This work addresses the lack of reliable, decentralized verification mechanisms for large language models and multi-agent systems in high-stakes scenarios, where existing centralized approaches suffer from poor robustness, limited scalability, and privacy risks. To overcome these limitations, the authors propose TRUST, a novel framework that integrates a hierarchical directed acyclic graph (HDAG) with a causal interaction graph (CIG) to enable parallel auditing and precise root-cause tracing via the DAAN protocol. TRUST further introduces a stake-weighted, multi-layer consensus mechanism that guarantees correctness even under up to 30% malicious participation. Experimental results demonstrate that TRUST achieves 72.4% accuracy across multiple LLMs and benchmarks—surpassing baselines by 4–18%—and remains robust against 20% data poisoning. The DAAN protocol attains 70% attribution accuracy (outperforming baselines by 7–16 percentage points) while reducing token usage by 60%. Human evaluations yield an F1 score of 0.89 and a Brier score of 0.074.

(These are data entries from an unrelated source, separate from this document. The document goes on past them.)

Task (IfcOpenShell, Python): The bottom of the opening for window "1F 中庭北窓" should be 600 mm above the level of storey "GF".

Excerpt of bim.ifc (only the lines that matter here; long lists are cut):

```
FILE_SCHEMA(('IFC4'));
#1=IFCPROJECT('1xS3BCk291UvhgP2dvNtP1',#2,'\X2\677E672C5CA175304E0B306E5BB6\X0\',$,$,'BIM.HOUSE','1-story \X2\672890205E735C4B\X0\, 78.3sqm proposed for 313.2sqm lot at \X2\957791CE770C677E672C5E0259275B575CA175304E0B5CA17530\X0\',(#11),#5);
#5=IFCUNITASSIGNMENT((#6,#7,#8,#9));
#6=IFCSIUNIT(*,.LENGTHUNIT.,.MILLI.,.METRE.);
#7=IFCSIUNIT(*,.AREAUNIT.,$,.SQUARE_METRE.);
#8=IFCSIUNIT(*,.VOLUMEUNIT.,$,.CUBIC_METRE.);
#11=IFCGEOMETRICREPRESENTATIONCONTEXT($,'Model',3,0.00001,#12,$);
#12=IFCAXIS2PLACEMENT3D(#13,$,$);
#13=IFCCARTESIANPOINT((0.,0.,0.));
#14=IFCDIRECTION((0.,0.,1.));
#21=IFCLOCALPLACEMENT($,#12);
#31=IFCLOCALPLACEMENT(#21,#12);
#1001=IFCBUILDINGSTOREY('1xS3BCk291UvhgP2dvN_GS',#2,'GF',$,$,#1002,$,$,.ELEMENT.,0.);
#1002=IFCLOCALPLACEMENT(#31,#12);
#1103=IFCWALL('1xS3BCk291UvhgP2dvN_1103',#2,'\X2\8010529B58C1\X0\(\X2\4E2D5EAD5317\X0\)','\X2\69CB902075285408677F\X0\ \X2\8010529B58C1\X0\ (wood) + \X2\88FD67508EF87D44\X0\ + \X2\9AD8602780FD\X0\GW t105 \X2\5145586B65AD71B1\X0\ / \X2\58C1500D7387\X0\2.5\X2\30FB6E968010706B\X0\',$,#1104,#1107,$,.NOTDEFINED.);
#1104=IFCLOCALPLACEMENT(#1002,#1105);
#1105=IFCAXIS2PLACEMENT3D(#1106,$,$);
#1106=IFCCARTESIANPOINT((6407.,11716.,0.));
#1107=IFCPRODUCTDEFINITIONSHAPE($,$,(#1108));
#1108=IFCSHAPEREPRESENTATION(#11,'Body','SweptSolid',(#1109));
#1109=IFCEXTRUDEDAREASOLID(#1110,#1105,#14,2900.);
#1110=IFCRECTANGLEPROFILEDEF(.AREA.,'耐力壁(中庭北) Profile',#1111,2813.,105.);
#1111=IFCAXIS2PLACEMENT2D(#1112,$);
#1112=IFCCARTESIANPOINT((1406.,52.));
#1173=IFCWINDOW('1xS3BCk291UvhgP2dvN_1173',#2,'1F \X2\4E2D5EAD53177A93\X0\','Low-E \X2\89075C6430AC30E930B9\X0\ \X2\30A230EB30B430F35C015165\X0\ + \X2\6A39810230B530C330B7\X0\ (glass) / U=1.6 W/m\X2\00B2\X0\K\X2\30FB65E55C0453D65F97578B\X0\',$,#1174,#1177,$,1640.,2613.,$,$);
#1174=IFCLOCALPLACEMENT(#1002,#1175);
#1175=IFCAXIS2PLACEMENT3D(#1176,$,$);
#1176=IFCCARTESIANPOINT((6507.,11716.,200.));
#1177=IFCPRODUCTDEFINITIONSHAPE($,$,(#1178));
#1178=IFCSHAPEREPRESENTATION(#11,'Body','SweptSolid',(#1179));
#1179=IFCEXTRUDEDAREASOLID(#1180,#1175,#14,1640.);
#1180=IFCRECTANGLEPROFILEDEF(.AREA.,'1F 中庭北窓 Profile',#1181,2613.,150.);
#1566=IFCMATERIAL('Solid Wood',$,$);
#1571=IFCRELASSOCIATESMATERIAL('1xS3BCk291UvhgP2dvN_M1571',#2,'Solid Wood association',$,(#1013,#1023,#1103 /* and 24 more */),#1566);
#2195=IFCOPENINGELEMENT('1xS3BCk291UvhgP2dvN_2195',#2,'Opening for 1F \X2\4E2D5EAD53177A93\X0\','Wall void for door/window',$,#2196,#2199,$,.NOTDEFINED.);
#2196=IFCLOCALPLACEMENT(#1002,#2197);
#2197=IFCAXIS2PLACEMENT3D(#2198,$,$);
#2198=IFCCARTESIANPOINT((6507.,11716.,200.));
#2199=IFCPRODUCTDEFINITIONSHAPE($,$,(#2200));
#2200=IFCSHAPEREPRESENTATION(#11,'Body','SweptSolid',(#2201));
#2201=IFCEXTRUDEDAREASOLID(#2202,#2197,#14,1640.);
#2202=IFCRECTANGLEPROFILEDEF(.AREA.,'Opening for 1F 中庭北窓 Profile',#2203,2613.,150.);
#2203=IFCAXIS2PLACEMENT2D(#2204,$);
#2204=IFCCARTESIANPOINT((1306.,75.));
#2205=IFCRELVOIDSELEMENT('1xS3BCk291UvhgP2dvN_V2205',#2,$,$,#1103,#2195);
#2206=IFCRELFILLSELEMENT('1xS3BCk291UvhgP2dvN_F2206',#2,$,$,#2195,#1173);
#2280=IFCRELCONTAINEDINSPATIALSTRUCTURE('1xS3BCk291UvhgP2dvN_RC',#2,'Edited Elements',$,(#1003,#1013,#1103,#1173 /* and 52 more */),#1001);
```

```python
import numpy as np
import ifcopenshell
import ifcopenshell.api.geometry
import ifcopenshell.geom
import ifcopenshell.util.element
import ifcopenshell.util.placement
import ifcopenshell.util.shape
import ifcopenshell.util.unit

model = ifcopenshell.open("bim.ifc")
unit_scale = ifcopenshell.util.unit.calculate_unit_scale(model)

window = model.by_guid("1xS3BCk291UvhgP2dvN_1173")
opening = window.FillsVoids[0].RelatingOpeningElement
storey = ifcopenshell.util.element.get_container(window, ifc_class="IfcBuildingStorey")
level = ifcopenshell.util.placement.get_local_placement(storey.ObjectPlacement)[2, 3]

# The opening's origin need not be at the sill, so measure its lowest point.
shape = ifcopenshell.geom.create_shape(ifcopenshell.geom.settings(), opening)
bottom = ifcopenshell.util.shape.get_shape_bottom_elevation(shape, shape.geometry) / unit_scale
dz = level + 600.0 - bottom

shift = np.array([0.0, 0.0, dz])
# The window is not placed relative to its opening, so move both.
for product in (opening, window):
    matrix = ifcopenshell.util.placement.get_local_placement(product.ObjectPlacement)
    matrix[:3, 3] += shift
    ifcopenshell.api.geometry.edit_object_placement(model, product=product, matrix=matrix, is_si=False)

print(f"moved by {dz * unit_scale:+.3f} m")

model.write("bim_updated.ifc")
```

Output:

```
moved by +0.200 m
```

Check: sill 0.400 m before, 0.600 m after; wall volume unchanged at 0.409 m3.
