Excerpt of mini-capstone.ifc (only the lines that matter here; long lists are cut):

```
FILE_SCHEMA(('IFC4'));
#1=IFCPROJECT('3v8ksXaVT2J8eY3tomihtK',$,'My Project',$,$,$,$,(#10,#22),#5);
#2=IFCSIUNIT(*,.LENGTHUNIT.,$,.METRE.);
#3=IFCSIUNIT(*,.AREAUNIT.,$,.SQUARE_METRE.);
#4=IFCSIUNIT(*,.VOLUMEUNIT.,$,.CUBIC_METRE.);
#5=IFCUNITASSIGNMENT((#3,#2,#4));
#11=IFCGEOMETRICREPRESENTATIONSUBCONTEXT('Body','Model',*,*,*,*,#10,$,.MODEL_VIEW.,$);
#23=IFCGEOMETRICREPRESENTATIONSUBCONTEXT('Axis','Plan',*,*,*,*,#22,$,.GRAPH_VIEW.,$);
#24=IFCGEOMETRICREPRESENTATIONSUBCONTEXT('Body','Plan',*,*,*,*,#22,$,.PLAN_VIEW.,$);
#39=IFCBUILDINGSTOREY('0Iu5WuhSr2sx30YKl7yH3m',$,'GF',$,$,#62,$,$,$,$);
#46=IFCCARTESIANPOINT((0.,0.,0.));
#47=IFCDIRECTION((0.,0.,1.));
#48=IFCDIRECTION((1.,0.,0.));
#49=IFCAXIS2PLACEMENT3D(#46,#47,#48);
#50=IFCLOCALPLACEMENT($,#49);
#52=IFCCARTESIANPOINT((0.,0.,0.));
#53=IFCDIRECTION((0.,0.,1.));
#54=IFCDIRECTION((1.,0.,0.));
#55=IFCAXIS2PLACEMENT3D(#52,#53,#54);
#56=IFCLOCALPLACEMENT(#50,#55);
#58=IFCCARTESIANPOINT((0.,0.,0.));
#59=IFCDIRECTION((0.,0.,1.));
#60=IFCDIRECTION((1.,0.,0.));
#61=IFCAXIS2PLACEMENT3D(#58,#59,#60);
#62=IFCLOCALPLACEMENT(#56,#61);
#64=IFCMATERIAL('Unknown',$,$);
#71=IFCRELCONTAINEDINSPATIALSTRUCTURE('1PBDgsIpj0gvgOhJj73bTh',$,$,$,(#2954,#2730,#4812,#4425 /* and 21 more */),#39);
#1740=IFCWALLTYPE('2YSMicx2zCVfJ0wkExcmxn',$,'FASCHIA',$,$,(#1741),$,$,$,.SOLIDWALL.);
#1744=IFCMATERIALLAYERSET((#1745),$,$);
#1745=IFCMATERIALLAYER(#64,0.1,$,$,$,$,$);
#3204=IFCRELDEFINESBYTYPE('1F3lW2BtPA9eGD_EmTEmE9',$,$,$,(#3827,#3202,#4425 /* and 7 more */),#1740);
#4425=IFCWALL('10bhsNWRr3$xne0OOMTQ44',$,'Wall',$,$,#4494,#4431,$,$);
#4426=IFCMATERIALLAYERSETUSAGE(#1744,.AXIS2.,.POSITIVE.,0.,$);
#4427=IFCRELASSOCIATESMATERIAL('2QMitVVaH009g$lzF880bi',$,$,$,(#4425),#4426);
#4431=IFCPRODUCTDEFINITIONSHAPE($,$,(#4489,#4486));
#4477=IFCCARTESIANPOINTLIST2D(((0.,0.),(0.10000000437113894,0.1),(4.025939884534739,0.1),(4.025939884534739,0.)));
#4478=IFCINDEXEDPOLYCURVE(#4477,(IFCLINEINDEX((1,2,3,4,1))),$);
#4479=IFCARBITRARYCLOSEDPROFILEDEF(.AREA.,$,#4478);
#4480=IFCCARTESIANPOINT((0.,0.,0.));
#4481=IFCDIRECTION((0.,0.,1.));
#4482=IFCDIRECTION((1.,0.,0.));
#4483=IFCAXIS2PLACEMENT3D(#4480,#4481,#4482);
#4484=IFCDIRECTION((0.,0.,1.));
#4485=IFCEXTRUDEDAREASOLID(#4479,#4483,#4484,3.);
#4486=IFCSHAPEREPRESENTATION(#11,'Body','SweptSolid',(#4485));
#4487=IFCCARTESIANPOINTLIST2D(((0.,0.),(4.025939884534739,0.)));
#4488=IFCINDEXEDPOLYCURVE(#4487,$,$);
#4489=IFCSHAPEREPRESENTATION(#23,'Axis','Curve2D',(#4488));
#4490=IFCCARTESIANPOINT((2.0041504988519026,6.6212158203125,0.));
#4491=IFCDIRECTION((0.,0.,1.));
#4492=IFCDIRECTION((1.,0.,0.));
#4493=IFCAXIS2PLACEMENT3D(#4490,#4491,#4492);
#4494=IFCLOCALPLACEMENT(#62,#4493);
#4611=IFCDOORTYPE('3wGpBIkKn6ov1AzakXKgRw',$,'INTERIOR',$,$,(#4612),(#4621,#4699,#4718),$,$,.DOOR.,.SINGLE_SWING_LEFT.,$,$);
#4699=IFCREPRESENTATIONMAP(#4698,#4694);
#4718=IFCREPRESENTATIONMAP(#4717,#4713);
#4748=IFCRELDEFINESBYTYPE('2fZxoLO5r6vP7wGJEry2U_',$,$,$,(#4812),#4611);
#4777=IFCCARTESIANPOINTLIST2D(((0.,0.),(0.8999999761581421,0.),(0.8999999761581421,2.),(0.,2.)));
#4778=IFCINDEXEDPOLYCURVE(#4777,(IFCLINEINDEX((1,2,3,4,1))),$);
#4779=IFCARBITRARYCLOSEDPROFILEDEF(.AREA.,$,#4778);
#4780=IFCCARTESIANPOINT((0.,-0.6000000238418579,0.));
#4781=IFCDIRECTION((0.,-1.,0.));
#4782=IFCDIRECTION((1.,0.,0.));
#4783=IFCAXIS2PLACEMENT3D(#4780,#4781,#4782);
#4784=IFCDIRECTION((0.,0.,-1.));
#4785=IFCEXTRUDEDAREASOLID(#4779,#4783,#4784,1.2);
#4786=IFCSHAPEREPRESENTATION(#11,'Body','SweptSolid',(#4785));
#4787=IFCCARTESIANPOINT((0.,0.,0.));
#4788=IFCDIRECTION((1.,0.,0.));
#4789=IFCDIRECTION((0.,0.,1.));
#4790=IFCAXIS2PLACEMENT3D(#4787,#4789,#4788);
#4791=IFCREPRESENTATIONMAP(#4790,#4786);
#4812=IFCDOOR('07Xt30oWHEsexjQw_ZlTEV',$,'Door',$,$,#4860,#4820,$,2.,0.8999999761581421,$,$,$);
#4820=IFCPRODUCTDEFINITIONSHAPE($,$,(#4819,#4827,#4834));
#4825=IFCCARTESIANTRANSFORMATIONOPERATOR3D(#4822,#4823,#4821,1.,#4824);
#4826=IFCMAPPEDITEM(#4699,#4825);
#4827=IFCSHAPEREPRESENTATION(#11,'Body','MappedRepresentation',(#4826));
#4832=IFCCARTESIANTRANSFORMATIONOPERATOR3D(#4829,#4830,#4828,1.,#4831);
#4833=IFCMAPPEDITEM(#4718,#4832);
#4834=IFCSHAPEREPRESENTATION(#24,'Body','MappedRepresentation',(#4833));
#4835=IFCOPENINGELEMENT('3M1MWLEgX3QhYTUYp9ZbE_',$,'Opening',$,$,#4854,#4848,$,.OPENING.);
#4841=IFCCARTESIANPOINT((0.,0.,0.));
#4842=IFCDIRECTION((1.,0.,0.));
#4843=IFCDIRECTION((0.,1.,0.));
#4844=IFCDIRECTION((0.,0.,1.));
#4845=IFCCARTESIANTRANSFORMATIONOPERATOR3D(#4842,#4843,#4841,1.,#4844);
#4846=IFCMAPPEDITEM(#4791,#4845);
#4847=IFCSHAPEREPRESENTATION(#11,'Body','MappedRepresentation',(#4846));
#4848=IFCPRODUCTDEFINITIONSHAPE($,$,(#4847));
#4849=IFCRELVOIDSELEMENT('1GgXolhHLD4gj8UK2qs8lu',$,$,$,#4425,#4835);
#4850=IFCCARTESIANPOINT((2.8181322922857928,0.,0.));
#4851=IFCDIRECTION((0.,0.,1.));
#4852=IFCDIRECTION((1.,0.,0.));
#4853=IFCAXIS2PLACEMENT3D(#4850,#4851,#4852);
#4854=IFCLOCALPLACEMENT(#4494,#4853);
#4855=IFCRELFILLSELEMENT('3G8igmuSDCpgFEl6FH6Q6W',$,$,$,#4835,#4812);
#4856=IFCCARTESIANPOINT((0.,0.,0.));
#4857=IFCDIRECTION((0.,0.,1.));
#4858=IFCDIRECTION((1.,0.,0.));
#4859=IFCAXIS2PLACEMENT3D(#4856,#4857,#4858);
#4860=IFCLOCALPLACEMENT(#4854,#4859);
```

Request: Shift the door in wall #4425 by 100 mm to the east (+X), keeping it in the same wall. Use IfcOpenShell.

```python
import ifcopenshell
import ifcopenshell.api.geometry
import ifcopenshell.util.placement

model = ifcopenshell.open("mini-capstone.ifc")

door = model.by_guid("07Xt30oWHEsexjQw_ZlTEV")
opening = door.FillsVoids[0].RelatingOpeningElement
wall = opening.VoidsElements[0].RelatingBuildingElement

wall_matrix = ifcopenshell.util.placement.get_local_placement(wall.ObjectPlacement)
shift = wall_matrix[:3, 0] * 0.1
before = ifcopenshell.util.placement.get_local_placement(door.ObjectPlacement)[:3, 3].copy()

# The door is placed relative to its opening, so it follows when the opening moves.
matrix = ifcopenshell.util.placement.get_local_placement(opening.ObjectPlacement)
matrix[:3, 3] += shift
ifcopenshell.api.geometry.edit_object_placement(
    model, product=opening, matrix=matrix, is_si=False, should_transform_children=True
)

after = ifcopenshell.util.placement.get_local_placement(door.ObjectPlacement)[:3, 3]
print("door moved by", (after - before).round(3) + 0.0)

model.write("mini-capstone_edited.ifc")
```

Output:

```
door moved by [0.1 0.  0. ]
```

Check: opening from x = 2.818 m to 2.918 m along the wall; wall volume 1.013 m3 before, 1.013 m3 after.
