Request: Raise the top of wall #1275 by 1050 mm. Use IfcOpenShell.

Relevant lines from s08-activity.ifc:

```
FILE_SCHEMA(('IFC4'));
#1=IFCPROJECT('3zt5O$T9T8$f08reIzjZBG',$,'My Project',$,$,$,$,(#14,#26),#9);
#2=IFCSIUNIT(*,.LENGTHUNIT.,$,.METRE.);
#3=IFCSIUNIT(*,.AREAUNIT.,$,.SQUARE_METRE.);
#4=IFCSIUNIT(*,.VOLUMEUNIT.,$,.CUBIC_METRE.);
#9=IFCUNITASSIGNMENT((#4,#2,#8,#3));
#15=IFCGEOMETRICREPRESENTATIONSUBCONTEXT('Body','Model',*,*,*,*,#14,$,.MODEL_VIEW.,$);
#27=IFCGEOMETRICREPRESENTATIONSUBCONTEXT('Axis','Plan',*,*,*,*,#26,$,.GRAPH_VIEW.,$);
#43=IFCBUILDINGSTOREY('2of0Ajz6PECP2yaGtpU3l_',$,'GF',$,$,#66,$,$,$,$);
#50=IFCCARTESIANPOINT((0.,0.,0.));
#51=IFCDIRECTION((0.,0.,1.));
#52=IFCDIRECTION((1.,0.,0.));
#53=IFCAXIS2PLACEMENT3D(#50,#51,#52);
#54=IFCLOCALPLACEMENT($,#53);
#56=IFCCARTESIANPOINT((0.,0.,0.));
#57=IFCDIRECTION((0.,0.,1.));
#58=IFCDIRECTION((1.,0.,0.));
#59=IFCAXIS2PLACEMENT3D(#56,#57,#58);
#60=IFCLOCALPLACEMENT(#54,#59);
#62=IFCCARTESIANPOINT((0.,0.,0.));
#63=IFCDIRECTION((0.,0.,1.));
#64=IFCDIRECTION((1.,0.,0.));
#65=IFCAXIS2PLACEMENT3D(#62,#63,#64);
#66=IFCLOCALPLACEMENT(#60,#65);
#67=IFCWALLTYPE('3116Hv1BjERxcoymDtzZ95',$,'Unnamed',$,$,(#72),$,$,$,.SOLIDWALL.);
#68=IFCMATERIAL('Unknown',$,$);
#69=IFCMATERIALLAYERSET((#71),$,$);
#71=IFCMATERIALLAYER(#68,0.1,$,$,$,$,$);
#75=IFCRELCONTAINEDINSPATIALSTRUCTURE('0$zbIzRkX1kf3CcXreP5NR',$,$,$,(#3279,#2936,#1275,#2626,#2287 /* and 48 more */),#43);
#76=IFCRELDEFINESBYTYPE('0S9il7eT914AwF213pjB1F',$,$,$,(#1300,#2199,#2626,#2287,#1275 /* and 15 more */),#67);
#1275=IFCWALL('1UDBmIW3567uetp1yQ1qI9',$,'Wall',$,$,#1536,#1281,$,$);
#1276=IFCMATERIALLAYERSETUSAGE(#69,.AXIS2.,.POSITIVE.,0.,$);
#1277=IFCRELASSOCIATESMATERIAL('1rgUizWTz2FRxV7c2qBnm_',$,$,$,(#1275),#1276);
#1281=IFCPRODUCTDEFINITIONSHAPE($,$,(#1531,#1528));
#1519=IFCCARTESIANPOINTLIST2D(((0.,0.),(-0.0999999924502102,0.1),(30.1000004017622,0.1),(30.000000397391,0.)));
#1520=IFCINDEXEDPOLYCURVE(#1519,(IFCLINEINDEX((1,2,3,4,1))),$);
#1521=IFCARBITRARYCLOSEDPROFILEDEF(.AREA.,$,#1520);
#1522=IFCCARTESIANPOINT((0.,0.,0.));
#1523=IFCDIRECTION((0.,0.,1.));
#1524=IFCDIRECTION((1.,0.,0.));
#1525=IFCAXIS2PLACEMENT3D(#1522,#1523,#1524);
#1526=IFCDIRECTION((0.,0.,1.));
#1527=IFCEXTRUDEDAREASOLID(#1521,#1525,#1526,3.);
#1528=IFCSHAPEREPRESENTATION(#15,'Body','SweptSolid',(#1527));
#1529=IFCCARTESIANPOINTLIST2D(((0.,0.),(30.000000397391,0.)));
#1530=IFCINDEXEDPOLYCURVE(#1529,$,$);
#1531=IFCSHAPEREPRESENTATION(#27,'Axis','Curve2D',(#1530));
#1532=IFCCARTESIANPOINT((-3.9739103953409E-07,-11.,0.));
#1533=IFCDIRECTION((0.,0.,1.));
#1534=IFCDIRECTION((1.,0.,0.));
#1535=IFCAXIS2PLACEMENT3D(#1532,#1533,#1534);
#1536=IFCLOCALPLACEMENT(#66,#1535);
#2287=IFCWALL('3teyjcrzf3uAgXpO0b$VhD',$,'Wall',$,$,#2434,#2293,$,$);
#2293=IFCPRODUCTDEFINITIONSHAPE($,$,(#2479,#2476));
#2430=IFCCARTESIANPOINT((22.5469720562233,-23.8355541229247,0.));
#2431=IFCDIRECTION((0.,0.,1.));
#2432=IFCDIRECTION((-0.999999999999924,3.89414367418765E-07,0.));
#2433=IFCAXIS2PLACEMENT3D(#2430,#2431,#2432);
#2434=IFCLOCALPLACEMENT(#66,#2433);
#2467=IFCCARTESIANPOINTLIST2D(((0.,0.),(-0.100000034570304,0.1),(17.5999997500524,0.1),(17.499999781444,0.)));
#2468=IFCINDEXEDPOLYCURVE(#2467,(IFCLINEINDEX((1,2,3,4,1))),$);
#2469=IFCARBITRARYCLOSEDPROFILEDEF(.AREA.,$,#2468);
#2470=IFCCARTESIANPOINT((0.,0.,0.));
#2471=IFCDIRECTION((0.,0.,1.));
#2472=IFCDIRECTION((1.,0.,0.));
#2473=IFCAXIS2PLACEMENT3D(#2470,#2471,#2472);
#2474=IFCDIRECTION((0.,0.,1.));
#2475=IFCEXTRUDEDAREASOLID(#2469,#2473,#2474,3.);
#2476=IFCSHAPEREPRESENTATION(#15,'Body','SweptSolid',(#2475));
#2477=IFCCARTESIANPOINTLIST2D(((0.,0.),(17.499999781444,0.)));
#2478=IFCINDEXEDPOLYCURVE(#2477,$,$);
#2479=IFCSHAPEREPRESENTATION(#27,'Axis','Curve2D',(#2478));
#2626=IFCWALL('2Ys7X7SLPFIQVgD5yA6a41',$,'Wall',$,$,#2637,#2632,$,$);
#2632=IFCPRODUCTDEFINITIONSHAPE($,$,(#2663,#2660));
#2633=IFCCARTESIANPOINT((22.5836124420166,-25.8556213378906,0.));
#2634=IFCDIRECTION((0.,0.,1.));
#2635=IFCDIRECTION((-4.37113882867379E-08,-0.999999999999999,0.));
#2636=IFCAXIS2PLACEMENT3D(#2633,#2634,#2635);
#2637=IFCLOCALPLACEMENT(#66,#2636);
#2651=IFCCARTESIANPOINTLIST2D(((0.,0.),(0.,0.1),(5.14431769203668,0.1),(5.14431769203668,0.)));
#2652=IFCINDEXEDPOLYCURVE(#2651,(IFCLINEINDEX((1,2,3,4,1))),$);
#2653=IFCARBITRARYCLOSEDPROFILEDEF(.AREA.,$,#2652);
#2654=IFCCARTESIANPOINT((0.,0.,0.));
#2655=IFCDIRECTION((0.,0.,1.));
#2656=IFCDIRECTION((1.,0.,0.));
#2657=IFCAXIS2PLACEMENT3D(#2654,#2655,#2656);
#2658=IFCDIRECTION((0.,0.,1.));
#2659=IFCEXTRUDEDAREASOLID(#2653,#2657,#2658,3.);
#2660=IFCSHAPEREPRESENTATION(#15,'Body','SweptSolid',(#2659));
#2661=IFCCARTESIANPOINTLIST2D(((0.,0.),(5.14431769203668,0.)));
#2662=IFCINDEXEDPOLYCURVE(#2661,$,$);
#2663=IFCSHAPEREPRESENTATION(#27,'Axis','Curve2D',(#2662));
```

```python
import ifcopenshell
import ifcopenshell.geom
import ifcopenshell.util.representation
import ifcopenshell.util.shape
import ifcopenshell.util.unit

model = ifcopenshell.open("s08-activity.ifc")
unit_scale = ifcopenshell.util.unit.calculate_unit_scale(model)
settings = ifcopenshell.geom.settings()


def volume(element):
    """Net volume in cubic metres, openings subtracted."""
    shape = ifcopenshell.geom.create_shape(settings, element)
    return ifcopenshell.util.shape.get_volume(shape.geometry)


wall = model.by_guid("1UDBmIW3567uetp1yQ1qI9")
before = volume(wall)

body = ifcopenshell.util.representation.get_representation(wall, "Model", "Body")
solid = body.Items[0]
old_height = solid.Depth
solid.Depth += 1.05 / unit_scale
after = volume(wall)

print(f"height {old_height:g} -> {solid.Depth:g}, volume {before:.3f} -> {after:.3f} m3")

model.write("s08-activity_v2.ifc")
```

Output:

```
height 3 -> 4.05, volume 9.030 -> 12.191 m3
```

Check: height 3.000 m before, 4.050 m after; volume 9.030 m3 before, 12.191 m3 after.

Large Reasoning Models (LRMs) and Multi-Agent Systems (MAS) in high-stakes domains demand reliable verification, yet centralized approaches suffer four limitations: (1) Robustness, with single points of failure vulnerable to attacks and bias; (2) Scalability, as reasoning complexity creates bottlenecks; (3) Opacity, as hidden auditing erodes trust; and (4) Privacy, as exposed reasoning traces risk model theft. We introduce TRUST (Transparent, Robust, and Unified Services for Trustworthy AI), a decentralized framework with three innovations: (i) Hierarchical Directed Acyclic Graphs (HDAGs) that decompose Chain-of-Thought reasoning into five abstraction levels for parallel distributed auditing; (ii) the DAAN protocol, which projects multi-agent interactions into Causal Interaction Graphs (CIGs) for deterministic root-cause attribution; and (iii) a multi-tier consensus mechanism among computational checkers, LLM evaluators, and human experts with stake-weighted voting that guarantees correctness under 30% adversarial participation. We prove a Safety-Profitability Theorem ensuring honest auditors profit while malicious actors incur losses. All decisions are recorded on-chain, while privacy-by-design segmentation prevents reconstruction of proprietary logic. Across multiple LLMs and benchmarks, TRUST attains 72.4% accuracy (4-18% above baselines) and remains resilient against 20% corruption. DAAN reaches 70% root-cause attribution (vs. 54-63% for standard methods) with 60% token savings. Human studies validate the design (F1 = 0.89, Brier = 0.074). The framework supports (A1) decentralized auditing, (A2) tamper-proof leaderboards, (A3) trustless data annotation, and (A4) governed autonomous agents, pioneering decentralized AI auditing for safe, accountable deployment of reasoning-capable systems.